● Your goal
Copy each line from the entries that the word "IFCRELAGGREGATES" appears in.
### Records for this task
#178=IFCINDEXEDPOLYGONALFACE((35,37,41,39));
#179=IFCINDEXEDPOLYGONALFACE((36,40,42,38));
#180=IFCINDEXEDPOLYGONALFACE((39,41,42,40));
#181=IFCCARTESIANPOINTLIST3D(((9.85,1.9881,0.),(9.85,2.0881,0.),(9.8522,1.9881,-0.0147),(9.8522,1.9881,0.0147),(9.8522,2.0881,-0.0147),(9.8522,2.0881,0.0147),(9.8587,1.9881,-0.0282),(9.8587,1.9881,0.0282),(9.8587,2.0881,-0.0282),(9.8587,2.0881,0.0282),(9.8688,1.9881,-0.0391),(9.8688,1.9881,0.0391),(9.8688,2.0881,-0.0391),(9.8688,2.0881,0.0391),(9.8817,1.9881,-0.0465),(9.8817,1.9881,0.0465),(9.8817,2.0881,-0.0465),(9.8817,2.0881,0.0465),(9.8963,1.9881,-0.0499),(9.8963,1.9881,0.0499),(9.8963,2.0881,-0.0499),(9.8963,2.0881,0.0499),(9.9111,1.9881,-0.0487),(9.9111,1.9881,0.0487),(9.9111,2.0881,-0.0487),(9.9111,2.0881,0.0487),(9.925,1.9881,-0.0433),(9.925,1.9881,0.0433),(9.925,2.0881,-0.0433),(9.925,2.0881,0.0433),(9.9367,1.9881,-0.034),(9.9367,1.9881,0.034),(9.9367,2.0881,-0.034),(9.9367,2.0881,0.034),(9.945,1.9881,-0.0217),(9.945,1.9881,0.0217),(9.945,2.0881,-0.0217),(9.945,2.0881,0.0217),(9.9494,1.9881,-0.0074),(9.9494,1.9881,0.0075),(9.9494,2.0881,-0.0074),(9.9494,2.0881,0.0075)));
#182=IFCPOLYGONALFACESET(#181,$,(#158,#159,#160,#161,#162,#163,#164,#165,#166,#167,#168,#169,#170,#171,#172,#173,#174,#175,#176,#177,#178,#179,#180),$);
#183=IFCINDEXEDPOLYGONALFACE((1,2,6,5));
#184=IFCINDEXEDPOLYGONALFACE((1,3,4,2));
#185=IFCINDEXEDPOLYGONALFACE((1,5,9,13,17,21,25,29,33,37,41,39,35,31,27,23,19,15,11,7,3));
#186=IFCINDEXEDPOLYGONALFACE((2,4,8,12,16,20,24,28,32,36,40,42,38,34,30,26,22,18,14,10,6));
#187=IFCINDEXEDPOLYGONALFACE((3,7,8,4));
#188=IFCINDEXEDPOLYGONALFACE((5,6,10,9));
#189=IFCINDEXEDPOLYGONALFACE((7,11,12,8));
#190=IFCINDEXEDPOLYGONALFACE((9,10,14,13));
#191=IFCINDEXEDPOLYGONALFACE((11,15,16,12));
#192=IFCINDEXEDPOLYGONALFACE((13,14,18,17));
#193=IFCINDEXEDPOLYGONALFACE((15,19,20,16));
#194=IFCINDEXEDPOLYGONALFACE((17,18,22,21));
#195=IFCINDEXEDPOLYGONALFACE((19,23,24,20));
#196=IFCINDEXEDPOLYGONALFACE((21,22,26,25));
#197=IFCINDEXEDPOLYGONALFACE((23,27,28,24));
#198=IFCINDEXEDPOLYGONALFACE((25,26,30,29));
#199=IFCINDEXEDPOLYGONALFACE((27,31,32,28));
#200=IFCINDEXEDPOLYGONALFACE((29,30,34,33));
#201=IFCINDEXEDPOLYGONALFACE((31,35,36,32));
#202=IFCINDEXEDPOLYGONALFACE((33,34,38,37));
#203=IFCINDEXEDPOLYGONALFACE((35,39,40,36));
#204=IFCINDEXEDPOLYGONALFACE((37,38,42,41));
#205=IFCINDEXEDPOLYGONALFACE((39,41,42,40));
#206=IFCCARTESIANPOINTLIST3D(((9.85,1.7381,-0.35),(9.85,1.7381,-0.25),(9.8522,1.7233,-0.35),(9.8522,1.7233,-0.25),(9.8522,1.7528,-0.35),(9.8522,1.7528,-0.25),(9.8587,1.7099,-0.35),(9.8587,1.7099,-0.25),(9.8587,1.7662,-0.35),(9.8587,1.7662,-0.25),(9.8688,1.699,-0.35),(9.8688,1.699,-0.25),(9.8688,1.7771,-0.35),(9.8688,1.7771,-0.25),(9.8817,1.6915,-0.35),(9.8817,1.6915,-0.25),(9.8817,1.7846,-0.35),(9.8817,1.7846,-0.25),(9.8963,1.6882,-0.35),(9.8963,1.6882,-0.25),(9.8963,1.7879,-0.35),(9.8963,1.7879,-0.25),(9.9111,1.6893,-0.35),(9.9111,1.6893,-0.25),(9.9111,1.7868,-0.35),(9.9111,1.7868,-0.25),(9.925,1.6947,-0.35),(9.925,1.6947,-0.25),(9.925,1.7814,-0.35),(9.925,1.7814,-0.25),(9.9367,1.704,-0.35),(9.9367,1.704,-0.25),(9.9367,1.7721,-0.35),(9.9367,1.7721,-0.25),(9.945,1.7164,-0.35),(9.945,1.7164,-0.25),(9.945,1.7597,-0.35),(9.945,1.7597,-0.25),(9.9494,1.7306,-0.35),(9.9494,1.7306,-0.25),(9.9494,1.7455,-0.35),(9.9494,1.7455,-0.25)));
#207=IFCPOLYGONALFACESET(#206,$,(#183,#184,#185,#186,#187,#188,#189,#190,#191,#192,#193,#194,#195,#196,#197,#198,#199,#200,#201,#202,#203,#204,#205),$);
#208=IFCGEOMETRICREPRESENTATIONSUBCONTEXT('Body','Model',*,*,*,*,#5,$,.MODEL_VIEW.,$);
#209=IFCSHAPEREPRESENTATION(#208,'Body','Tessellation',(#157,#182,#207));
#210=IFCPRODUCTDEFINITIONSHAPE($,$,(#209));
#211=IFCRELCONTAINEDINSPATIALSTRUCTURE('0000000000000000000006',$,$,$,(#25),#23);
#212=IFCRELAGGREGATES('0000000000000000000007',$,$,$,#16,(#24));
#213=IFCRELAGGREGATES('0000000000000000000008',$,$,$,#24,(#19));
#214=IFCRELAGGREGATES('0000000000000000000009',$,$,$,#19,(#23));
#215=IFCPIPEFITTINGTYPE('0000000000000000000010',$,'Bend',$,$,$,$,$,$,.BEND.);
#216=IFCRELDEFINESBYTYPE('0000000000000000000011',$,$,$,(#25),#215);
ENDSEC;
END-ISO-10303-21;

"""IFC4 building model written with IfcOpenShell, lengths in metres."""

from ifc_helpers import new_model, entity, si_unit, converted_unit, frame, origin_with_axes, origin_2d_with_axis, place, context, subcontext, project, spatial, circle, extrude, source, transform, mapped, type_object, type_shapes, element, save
######
● Output
#212=IFCRELAGGREGATES('0000000000000000000007',$,$,$,#16,(#24));
#213=IFCRELAGGREGATES('0000000000000000000008',$,$,$,#24,(#19));
#214=IFCRELAGGREGATES('0000000000000000000009',$,$,$,#19,(#23));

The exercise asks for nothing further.